▶ **About this task**: Which of the lines below mention the word "auto"? Pull each one out.

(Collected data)
● ● ● ● ●
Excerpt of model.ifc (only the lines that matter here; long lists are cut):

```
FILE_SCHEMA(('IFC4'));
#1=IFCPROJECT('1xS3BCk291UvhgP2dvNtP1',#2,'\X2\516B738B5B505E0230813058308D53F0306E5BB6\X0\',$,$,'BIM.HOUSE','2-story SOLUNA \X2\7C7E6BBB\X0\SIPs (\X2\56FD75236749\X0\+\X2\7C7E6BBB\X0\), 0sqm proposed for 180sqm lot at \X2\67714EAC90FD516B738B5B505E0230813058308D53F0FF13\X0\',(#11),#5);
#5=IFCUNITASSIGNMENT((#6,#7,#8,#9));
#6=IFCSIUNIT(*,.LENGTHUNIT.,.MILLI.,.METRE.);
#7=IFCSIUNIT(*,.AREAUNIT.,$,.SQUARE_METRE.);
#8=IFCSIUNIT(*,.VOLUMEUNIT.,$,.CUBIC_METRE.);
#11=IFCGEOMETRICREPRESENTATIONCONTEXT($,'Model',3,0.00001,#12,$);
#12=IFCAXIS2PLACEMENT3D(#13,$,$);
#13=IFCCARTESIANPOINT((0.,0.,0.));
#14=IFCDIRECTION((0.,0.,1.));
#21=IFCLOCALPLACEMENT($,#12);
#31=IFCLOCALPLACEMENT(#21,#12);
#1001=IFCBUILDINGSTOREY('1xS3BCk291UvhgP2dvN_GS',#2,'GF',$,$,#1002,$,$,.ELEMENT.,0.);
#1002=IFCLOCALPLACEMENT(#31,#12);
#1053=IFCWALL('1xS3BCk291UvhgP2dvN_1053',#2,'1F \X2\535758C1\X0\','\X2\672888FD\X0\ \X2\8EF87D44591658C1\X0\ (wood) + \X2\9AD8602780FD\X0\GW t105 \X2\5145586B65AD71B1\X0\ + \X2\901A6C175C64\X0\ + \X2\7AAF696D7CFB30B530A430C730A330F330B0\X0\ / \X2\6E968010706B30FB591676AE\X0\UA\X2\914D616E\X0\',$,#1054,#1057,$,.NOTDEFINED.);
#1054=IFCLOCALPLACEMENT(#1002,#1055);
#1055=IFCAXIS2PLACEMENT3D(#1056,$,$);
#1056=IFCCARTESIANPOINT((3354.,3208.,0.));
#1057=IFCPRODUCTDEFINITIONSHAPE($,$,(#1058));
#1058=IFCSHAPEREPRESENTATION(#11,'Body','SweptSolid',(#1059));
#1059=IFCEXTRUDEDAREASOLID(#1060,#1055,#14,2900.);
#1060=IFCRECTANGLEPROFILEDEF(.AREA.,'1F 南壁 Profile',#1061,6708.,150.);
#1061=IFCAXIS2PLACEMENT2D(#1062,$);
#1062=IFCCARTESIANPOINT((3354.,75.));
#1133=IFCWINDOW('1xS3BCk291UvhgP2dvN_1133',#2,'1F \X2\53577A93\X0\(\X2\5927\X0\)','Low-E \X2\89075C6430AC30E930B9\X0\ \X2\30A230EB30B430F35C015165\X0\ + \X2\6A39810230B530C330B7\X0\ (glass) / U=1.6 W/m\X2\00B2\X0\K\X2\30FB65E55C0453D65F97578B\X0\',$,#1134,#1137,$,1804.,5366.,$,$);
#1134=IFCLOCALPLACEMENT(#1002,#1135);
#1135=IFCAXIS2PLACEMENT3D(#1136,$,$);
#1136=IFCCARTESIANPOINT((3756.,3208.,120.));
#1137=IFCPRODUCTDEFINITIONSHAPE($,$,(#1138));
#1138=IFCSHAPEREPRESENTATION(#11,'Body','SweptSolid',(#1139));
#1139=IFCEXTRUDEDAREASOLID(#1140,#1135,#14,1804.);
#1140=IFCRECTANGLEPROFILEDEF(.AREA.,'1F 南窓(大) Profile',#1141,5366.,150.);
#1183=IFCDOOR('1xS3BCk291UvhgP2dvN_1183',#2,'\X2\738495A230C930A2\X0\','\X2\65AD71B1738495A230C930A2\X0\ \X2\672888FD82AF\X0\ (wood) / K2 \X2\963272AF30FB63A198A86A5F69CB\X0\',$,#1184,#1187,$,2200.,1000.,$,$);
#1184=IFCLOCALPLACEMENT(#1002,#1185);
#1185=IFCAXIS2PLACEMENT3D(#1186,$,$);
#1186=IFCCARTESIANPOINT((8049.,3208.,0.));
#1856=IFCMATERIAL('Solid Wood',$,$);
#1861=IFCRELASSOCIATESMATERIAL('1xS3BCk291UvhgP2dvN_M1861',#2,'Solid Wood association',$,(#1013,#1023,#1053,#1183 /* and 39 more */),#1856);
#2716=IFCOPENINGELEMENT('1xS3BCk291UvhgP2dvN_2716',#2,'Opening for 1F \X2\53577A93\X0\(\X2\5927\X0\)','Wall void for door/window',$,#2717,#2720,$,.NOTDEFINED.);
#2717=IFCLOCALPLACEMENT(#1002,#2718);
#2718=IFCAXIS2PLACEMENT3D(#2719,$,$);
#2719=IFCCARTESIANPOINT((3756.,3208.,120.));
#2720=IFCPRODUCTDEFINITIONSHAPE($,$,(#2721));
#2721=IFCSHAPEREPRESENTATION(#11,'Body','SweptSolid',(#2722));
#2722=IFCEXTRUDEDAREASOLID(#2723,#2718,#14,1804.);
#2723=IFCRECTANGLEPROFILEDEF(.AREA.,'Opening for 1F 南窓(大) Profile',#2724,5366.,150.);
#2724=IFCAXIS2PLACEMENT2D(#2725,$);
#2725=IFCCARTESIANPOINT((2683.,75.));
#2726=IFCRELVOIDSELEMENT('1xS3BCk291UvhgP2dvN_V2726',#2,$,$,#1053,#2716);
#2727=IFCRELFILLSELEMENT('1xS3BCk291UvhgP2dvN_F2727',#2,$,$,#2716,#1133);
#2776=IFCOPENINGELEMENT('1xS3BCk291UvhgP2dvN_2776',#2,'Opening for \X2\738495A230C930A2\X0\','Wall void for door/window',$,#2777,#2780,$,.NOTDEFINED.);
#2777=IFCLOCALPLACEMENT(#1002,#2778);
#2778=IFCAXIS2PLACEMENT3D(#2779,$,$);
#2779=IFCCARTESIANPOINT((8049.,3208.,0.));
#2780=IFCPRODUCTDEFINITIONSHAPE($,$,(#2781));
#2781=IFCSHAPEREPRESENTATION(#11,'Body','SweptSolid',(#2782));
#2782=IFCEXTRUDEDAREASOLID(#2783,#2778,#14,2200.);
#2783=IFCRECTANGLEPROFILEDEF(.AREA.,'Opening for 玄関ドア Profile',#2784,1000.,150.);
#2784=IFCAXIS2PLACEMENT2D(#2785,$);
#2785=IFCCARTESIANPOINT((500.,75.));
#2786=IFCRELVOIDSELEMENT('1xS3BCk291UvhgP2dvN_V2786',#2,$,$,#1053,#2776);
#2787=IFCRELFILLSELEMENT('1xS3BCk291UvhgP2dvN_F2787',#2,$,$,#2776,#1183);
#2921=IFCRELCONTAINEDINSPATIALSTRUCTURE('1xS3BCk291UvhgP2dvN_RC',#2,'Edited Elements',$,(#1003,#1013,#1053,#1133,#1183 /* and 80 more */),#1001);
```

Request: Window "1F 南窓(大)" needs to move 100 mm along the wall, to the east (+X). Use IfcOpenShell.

```python
import ifcopenshell
import ifcopenshell.api.geometry
import ifcopenshell.util.placement

model = ifcopenshell.open("model.ifc")

window = model.by_id(1133)
opening = window.FillsVoids[0].RelatingOpeningElement
wall = opening.VoidsElements[0].RelatingBuildingElement

wall_matrix = ifcopenshell.util.placement.get_local_placement(wall.ObjectPlacement)
shift = wall_matrix[:3, 0] * 100.0
before = ifcopenshell.util.placement.get_local_placement(window.ObjectPlacement)[:3, 3].copy()

# The window is not placed relative to its opening, so move both.
for product in (opening, window):
    matrix = ifcopenshell.util.placement.get_local_placement(product.ObjectPlacement)
    matrix[:3, 3] += shift
    ifcopenshell.api.geometry.edit_object_placement(model, product=product, matrix=matrix, is_si=False)

after = ifcopenshell.util.placement.get_local_placement(window.ObjectPlacement)[:3, 3]
print("window moved by", (after - before).round(3) + 0.0)

model.write("model_rev.ifc")
```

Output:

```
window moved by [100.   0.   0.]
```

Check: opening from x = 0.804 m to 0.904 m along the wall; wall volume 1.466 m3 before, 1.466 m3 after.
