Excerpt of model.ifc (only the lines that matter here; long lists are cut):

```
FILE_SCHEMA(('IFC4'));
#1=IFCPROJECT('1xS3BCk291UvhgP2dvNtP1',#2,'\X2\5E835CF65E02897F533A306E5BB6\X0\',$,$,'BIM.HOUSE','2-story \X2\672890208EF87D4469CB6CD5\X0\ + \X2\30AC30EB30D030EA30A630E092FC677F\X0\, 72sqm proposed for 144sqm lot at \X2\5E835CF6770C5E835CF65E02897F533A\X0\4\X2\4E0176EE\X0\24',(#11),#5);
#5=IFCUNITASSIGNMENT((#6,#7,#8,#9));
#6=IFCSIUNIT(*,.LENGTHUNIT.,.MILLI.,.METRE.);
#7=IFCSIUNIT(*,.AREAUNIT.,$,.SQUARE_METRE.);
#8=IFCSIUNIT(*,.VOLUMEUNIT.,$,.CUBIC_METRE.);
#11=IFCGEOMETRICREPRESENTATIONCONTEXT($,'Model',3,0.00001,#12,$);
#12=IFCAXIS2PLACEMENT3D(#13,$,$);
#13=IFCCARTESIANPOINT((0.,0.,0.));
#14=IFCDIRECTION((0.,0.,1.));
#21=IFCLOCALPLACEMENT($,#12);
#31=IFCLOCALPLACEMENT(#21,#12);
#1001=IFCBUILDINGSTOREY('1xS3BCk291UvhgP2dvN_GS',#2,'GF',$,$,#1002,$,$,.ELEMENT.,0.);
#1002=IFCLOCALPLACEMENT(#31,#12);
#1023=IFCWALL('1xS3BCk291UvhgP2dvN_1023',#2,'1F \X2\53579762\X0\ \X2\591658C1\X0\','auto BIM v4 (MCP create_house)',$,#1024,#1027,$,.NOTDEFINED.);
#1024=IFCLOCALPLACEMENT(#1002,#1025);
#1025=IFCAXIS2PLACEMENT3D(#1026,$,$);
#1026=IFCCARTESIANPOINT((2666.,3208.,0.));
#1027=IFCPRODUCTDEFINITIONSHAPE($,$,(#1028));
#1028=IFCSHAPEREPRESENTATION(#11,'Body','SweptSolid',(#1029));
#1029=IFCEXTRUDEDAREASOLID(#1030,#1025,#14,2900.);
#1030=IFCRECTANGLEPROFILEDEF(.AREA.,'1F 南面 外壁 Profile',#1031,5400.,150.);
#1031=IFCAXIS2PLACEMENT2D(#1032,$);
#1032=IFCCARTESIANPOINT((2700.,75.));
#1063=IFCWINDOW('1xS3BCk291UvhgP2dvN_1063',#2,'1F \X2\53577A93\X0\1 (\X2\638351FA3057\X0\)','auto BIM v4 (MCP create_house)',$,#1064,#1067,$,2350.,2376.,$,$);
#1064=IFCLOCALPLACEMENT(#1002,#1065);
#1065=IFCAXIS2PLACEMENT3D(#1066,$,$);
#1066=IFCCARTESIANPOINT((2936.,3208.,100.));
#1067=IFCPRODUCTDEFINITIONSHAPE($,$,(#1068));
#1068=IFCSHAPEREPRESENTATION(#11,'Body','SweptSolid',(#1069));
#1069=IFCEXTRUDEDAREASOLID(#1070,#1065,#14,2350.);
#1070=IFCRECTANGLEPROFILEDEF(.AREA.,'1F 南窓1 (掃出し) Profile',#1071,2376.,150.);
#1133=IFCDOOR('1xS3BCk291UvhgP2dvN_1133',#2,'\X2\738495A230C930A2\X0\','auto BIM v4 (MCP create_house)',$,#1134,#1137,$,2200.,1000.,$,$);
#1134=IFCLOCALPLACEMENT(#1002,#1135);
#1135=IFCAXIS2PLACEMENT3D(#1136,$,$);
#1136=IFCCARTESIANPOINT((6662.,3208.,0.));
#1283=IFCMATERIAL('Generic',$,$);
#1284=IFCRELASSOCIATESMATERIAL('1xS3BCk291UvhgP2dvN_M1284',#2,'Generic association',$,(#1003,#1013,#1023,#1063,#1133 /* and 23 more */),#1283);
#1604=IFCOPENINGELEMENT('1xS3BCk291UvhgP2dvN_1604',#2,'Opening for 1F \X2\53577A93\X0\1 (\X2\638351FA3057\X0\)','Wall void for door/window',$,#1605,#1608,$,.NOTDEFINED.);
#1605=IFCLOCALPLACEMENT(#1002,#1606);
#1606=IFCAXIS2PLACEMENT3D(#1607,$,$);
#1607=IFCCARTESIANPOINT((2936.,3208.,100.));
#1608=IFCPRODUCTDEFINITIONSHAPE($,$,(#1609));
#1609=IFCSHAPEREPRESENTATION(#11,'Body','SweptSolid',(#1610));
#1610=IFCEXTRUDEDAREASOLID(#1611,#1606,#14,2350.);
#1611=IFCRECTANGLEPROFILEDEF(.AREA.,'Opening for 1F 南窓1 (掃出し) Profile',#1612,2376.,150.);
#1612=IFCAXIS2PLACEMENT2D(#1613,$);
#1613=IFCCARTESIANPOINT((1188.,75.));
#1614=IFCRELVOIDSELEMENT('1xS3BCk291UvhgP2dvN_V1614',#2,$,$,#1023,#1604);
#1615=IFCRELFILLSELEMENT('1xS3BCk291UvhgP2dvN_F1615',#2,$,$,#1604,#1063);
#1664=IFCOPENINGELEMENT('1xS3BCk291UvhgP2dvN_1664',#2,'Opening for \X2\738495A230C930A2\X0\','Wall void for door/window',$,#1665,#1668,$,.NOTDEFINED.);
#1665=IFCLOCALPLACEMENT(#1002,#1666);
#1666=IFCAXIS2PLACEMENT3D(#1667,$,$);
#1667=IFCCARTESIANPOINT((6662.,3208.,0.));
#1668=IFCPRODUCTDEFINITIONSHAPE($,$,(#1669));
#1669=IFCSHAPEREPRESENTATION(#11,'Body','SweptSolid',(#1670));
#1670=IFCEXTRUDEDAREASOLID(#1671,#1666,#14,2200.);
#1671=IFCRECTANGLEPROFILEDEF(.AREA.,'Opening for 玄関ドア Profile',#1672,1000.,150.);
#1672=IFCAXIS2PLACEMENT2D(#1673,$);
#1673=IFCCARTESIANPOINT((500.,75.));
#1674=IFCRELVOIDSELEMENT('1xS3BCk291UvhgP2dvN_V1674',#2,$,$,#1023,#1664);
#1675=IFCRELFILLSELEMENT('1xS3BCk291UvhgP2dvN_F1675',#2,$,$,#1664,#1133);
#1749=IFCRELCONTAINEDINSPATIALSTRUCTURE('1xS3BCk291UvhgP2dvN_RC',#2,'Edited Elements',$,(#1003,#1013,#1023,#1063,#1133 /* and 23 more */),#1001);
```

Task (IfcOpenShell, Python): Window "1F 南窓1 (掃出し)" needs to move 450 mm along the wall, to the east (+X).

```python
import ifcopenshell
import ifcopenshell.api.geometry
import ifcopenshell.util.placement

model = ifcopenshell.open("model.ifc")

window = model.by_guid("1xS3BCk291UvhgP2dvN_1063")
opening = window.FillsVoids[0].RelatingOpeningElement
wall = opening.VoidsElements[0].RelatingBuildingElement

wall_matrix = ifcopenshell.util.placement.get_local_placement(wall.ObjectPlacement)
shift = wall_matrix[:3, 0] * 450.0
before = ifcopenshell.util.placement.get_local_placement(window.ObjectPlacement)[:3, 3].copy()

# The window is not placed relative to its opening, so move both.
for product in (opening, window):
    matrix = ifcopenshell.util.placement.get_local_placement(product.ObjectPlacement)
    matrix[:3, 3] += shift
    ifcopenshell.api.geometry.edit_object_placement(model, product=product, matrix=matrix, is_si=False)

after = ifcopenshell.util.placement.get_local_placement(window.ObjectPlacement)[:3, 3]
print("window moved by", (after - before).round(3) + 0.0)

model.write("model_rev.ifc")
```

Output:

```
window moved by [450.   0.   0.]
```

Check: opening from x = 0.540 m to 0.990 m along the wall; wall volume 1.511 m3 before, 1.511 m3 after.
● ● ● ● ●
▶ **Your solution**:
#1023=IFCWALL('1xS3BCk291UvhgP2dvN_1023',#2,'1F \X2\53579762\X0\ \X2\591658C1\X0\','auto BIM v4 (MCP create_house)',$,#1024,#1027,$,.NOTDEFINED.);
#1063=IFCWINDOW('1xS3BCk291UvhgP2dvN_1063',#2,'1F \X2\53577A93\X0\1 (\X2\638351FA3057\X0\)','auto BIM v4 (MCP create_house)',$,#1064,#1067,$,2350.,2376.,$,$);
#1133=IFCDOOR('1xS3BCk291UvhgP2dvN_1133',#2,'\X2\738495A230C930A2\X0\','auto BIM v4 (MCP create_house)',$,#1134,#1137,$,2200.,1000.,$,$);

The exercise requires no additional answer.